Well thank goodness...my tube DAC probably won’t work well then. I’ll just sit tight and save a grand.


----------



## smodtactical

How does the V280 compare to Ragnarok and GSX-mk2?


----------



## Violent_Sneeze

Hey I have a V280 and have never used balanced before. Is it possible to use the balanced output in the front when only RCA inputs are used? 

Thanks


----------



## iamjaymo

Violent_Sneeze said:


> Hey I have a V280 and have never used balanced before. Is it possible to use the balanced output in the front when only RCA inputs are used?
> 
> Thanks



Yes!


----------



## Violent_Sneeze

iamjaymo said:


> Yes!



Cool thanks. Still can't believe I got this amp for $950! Works flawlessly too ahaha


----------



## iamjaymo

Nice pickup...I also thought quite hard about getting that amp myself.  Glad it worked out for you.


----------



## rhern213

Violent_Sneeze said:


> Hey I have a V280 and have never used balanced before. Is it possible to use the balanced output in the front when only RCA inputs are used?
> 
> Thanks



Just to note, you should read up on the specs of the amp to check if it will truly output a balanced signal from RCA unbalanced inputs.

If you use the unbalanced RCA inputs you may just be getting an unbalanced output from the XLR connection which defeats the purpose.


----------



## davidespinosa

rhern213 said:


> check if it will truly output a balanced signal from RCA unbalanced inputs



On the V280, V281, and RS08, the balanced out is always balanced.
Doesn't matter which inputs you use.


----------



## Violent_Sneeze

Asked Fried about it:

"Yes you can.
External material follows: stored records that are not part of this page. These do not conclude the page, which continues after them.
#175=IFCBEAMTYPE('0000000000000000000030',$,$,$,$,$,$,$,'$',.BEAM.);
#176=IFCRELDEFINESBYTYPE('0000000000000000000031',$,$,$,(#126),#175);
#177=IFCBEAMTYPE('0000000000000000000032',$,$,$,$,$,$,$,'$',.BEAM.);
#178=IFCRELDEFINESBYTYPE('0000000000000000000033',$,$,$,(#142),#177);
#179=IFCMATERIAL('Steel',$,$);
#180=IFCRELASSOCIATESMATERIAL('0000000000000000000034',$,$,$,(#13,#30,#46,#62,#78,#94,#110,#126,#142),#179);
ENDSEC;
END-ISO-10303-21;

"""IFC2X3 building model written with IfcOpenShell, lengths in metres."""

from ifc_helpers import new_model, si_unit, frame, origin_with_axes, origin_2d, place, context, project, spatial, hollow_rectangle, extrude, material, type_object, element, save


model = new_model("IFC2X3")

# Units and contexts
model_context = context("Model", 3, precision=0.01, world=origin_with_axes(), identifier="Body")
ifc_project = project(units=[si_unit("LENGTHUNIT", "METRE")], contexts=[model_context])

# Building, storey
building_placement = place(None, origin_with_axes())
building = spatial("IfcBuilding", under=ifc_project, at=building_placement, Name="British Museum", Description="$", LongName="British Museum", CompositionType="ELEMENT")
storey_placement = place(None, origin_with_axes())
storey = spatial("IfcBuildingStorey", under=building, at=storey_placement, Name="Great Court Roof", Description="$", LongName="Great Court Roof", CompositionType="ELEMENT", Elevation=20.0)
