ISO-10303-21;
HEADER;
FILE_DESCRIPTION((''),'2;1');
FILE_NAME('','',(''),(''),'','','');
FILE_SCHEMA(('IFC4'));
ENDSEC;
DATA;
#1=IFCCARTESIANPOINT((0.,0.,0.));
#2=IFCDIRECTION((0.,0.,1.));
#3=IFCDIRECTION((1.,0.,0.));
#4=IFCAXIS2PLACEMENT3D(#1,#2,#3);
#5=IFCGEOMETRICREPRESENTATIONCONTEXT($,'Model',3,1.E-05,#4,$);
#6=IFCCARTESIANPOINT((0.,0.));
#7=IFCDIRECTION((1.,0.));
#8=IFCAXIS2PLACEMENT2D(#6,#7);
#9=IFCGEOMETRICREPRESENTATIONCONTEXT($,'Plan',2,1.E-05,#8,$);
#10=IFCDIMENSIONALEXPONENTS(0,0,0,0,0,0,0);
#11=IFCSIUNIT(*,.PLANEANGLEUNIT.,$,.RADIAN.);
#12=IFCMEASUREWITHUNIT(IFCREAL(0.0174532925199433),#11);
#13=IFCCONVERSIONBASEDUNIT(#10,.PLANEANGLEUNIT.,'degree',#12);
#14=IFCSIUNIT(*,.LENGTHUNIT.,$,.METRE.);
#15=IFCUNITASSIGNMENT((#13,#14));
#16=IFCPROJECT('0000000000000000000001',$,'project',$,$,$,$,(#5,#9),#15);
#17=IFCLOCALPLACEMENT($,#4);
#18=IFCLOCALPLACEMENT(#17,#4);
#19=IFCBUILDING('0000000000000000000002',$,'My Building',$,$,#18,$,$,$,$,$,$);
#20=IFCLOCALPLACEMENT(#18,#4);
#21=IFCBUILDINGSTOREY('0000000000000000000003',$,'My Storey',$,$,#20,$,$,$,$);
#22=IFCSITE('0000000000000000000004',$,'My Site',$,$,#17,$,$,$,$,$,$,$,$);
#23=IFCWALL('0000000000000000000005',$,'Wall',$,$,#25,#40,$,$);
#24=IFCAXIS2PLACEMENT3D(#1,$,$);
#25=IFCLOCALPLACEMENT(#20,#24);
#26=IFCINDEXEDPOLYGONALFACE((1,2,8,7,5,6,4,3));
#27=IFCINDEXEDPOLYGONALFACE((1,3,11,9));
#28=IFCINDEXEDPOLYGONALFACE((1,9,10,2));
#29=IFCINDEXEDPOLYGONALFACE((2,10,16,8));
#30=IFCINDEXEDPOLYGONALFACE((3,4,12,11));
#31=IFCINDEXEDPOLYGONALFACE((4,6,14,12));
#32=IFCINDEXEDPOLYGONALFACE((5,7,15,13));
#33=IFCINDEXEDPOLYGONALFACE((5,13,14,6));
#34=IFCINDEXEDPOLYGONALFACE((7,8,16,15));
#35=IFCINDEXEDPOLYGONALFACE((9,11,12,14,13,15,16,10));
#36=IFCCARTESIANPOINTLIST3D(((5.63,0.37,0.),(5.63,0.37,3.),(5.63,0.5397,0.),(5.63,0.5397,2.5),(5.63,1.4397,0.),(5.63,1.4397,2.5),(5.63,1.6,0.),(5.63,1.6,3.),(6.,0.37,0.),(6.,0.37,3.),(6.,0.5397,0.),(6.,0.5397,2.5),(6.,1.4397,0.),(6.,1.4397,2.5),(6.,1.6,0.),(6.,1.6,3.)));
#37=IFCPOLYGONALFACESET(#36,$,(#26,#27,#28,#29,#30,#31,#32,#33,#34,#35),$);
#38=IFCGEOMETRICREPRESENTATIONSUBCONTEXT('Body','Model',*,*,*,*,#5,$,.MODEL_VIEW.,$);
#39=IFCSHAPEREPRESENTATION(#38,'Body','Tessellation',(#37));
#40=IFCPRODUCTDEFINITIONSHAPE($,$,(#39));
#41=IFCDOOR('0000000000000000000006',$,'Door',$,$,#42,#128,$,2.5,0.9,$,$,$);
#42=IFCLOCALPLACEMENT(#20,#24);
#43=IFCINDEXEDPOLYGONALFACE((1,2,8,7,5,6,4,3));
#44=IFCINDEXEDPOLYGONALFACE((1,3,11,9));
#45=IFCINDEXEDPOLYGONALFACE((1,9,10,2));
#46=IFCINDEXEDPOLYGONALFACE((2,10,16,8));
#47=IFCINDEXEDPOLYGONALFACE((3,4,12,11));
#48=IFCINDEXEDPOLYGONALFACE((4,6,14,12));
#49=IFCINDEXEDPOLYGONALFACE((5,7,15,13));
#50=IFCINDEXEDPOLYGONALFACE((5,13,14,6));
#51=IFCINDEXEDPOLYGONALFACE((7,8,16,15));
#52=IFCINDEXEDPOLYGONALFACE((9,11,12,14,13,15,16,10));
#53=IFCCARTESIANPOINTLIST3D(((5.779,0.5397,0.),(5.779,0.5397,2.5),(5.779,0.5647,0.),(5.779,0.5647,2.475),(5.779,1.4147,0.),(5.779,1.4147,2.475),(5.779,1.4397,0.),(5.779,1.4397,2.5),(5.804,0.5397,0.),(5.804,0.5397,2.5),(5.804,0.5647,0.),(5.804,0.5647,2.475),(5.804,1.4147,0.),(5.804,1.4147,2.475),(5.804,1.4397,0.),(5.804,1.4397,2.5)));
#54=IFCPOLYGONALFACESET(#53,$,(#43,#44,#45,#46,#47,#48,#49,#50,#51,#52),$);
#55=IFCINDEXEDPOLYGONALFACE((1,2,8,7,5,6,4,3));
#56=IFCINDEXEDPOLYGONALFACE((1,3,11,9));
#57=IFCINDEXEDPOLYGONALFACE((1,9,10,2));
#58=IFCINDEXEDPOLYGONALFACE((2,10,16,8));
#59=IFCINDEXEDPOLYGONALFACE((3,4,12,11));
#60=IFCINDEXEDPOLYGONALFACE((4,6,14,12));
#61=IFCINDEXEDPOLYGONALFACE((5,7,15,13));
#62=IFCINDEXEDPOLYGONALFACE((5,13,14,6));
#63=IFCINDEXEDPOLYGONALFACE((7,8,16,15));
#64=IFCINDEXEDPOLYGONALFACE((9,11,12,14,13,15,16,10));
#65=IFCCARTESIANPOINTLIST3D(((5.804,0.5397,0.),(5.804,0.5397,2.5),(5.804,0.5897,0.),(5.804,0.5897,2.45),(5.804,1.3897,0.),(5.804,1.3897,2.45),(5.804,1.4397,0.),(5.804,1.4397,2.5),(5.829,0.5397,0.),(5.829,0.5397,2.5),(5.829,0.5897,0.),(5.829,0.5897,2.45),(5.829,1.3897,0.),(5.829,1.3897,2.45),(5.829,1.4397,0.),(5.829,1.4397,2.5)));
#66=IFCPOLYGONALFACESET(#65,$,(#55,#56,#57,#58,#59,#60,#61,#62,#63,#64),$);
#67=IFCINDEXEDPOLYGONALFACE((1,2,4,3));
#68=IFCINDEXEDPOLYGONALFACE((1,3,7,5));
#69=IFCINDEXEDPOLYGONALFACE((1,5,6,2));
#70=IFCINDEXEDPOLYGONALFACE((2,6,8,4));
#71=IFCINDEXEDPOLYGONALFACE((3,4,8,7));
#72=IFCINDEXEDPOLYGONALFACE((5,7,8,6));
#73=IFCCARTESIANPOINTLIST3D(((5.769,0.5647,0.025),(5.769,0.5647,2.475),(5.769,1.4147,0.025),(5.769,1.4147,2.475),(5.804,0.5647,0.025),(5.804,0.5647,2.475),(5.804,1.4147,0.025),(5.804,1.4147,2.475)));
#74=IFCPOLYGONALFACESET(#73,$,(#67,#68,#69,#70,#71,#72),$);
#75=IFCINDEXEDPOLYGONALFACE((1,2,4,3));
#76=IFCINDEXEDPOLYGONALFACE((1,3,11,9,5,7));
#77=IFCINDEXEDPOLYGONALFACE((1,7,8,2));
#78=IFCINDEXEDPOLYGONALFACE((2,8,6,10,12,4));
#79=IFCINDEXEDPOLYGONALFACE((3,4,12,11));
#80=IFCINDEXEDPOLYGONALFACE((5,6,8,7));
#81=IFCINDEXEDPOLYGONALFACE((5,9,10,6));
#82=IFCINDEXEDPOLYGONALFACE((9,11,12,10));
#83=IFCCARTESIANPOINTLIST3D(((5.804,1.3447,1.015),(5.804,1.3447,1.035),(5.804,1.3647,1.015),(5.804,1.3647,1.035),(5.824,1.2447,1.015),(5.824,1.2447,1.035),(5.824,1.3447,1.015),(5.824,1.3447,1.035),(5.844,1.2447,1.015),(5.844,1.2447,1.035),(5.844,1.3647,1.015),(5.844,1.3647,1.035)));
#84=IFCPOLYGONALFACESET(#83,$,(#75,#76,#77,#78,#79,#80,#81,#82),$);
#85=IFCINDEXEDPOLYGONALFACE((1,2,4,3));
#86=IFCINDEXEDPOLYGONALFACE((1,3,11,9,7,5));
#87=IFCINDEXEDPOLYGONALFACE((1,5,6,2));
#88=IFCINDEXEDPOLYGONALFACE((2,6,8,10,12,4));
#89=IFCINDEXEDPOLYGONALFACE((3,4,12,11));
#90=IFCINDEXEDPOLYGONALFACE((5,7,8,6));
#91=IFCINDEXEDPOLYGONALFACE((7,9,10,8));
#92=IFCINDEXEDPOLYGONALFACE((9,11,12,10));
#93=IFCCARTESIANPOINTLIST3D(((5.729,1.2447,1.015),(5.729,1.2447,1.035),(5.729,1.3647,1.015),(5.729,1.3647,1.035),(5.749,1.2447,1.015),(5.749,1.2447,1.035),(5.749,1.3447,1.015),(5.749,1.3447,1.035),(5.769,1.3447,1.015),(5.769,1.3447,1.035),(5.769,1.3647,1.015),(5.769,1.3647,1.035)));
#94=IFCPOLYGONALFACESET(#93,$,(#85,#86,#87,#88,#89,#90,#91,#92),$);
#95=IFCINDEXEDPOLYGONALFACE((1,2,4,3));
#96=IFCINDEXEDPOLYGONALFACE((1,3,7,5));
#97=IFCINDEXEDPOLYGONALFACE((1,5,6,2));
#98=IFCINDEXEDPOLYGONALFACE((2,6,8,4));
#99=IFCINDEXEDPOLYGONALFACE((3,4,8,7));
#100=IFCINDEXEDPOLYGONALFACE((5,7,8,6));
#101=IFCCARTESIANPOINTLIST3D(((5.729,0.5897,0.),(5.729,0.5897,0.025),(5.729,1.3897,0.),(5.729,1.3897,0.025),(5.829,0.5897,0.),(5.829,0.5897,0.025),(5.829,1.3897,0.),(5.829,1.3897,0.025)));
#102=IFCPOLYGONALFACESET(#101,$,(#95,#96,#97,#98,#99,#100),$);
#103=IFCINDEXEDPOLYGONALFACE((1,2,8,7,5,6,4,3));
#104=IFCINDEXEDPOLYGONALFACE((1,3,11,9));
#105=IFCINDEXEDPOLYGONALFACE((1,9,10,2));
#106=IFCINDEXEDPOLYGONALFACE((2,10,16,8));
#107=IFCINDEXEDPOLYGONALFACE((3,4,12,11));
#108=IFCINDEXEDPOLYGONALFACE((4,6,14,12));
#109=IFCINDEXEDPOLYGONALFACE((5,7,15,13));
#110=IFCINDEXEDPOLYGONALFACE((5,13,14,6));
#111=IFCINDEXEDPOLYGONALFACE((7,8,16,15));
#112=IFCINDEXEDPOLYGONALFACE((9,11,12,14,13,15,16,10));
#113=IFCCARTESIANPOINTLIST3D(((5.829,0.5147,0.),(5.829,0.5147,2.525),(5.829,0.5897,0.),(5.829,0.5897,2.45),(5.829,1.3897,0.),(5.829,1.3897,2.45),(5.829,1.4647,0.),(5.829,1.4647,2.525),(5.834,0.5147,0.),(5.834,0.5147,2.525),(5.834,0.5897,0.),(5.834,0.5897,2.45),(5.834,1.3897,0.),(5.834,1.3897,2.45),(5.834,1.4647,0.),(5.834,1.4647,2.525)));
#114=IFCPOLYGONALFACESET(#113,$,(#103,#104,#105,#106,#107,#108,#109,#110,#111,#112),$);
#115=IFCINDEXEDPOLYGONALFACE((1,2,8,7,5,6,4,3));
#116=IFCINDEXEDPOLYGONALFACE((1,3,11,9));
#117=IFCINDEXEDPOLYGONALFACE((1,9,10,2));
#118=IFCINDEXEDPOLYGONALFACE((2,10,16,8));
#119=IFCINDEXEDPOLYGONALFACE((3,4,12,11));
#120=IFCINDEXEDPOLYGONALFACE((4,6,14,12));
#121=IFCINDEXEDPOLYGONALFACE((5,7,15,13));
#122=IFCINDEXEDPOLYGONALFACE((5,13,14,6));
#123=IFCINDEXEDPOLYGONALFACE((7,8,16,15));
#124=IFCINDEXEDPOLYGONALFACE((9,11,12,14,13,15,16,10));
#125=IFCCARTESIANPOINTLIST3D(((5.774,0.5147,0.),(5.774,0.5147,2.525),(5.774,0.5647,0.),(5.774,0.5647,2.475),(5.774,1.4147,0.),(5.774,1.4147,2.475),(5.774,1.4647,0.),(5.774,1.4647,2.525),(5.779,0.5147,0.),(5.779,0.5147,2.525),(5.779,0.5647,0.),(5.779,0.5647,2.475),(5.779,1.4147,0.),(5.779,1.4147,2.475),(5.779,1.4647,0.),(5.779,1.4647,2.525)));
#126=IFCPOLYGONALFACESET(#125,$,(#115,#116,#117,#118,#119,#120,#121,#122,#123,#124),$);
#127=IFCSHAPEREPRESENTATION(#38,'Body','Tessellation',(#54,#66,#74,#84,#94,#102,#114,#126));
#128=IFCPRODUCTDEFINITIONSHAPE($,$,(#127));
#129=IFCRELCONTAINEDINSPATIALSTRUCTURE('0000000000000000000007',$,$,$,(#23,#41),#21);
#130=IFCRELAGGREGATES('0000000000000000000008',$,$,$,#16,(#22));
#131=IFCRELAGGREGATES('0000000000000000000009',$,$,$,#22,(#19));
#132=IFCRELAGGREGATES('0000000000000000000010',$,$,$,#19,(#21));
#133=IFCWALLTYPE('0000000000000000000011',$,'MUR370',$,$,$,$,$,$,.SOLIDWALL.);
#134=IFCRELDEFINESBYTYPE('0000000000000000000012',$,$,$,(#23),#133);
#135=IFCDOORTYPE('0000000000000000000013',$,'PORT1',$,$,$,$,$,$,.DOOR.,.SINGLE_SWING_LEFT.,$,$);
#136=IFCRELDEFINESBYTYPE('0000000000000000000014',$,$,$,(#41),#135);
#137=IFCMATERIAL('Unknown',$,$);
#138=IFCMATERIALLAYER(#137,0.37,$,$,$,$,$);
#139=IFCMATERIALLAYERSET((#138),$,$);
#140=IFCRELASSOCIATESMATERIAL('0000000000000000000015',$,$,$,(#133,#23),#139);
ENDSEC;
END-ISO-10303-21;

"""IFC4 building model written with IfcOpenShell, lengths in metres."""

from ifc_helpers import new_model, entity, si_unit, converted_unit, frame, origin_with_axes, origin_2d_with_axis, place, context, subcontext, project, spatial, line, indexed_curve, outline, extrude, shape, source, transform, mapped, material, layer, layer_set, layer_usage, type_object, type_shapes, element, fill, save


model = new_model("IFC4")

# Units and contexts
model_context = context("Model", 3, precision=1e-05, world=origin_with_axes())
plan_context = context("Plan", 2, precision=1e-05, world=origin_2d_with_axis())
body_context_1 = subcontext(model_context, "Body", "Model", "MODEL_VIEW")
body_context_2 = subcontext(plan_context, "Body", "Plan", "PLAN_VIEW")
ifc_project = project(units=[converted_unit("PLANEANGLEUNIT", "degree", entity("IfcReal", 0.0174532925199433), si_unit("PLANEANGLEUNIT", "RADIAN"), dimensions=[0, 0, 0, 0, 0, 0, 0]), si_unit("LENGTHUNIT", "METRE")], contexts=[model_context, plan_context])

# Site, building, storey
site_placement = place(None, origin_with_axes())
site = spatial("IfcSite", under=ifc_project, at=site_placement, Name="My Site")
building_placement = place(site_placement, origin_with_axes())
building = spatial("IfcBuilding", under=site, at=building_placement, Name="My Building")
storey_placement = place(building_placement, origin_with_axes())
storey = spatial("IfcBuildingStorey", under=building, at=storey_placement, Name="My Storey")

# Shared definitions
ifc_material = material(Name="Unknown")

# Shared definitions
ifc_layer_1 = layer(ifc_material, 0.37)
ifc_layer_set_1 = layer_set([ifc_layer_1])
wall_type_1 = type_object("IfcWallType", Name="MUR370", PredefinedType="SOLIDWALL", material=ifc_layer_set_1)

# Wall, opening, door
ifc_layer_usage_1 = layer_usage(ifc_layer_set_1, "AXIS2", "POSITIVE", 0.0)
wall_1_placement = place(storey_placement, frame((6.0, 0.37, 0.0), z_axis=(0.0, 0.0, 1.0), x_axis=(0.0, 1.0, 0.0)))
wall_1 = element("IfcWall", 1, at=wall_1_placement, inside=storey, type_object=wall_type_1, material=ifc_layer_usage_1, Name="Wall", context=body_context_1, shape_type="SweptSolid", body=[
    extrude(outline(indexed_curve([(0.0, 0.0), (0.0, 0.37), (1.23, 0.37), (1.23, 0.0), (0.0, 0.0)], self_intersect=False)), origin_with_axes(), (0.0, 0.0, 1.0), 3.0),
])
shared_shape_1 = source(origin_with_axes(), body_context_1, "Body", "SweptSolid", [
V280 will convert the unbalanced RCA input into a balanced output signal."

Best regards, Fried Reim


----------



## smodtactical

Is the v280 amp components identical to the v281? Im just interested in the headphones amp and not the extra features.

How does it compare to the ragnarox, gsxmk2, moon neo 430 ha? 

Planning on upgrading my burson amp with my hd 800 S.

Thanks.


----------



## Dukebb13

I asked Arthur if I didn’t need a preamp what amp should I get. He said the 280 without hesitation. He said they sound the same. The 280 has less power but if all you are using is the HD800S, you would not know. The 280 has a firm grip on the HD800S, that is my headphone of choice too. Plenty of power and amazing sound from the treble all the way down.  Balanced or rca inputs, balanced or  Contact Arthur if you are in the US of A or Fried if not. Great company to deal with. Good luck on your journey!


----------



## smodtactical

Dukebb13 said:


> I asked Arthur if I didn’t need a preamp what amp should I get. He said the 280 without hesitation. He said they sound the same. The 280 has less power but if all you are using is the HD800S, you would not know. The 280 has a firm grip on the HD800S, that is my headphone of choice too. Plenty of power and amazing sound from the treble all the way down.  Balanced or rca inputs, balanced or  Contact Arthur if you are in the US of A or Fried if not. Great company to deal with. Good luck on your journey!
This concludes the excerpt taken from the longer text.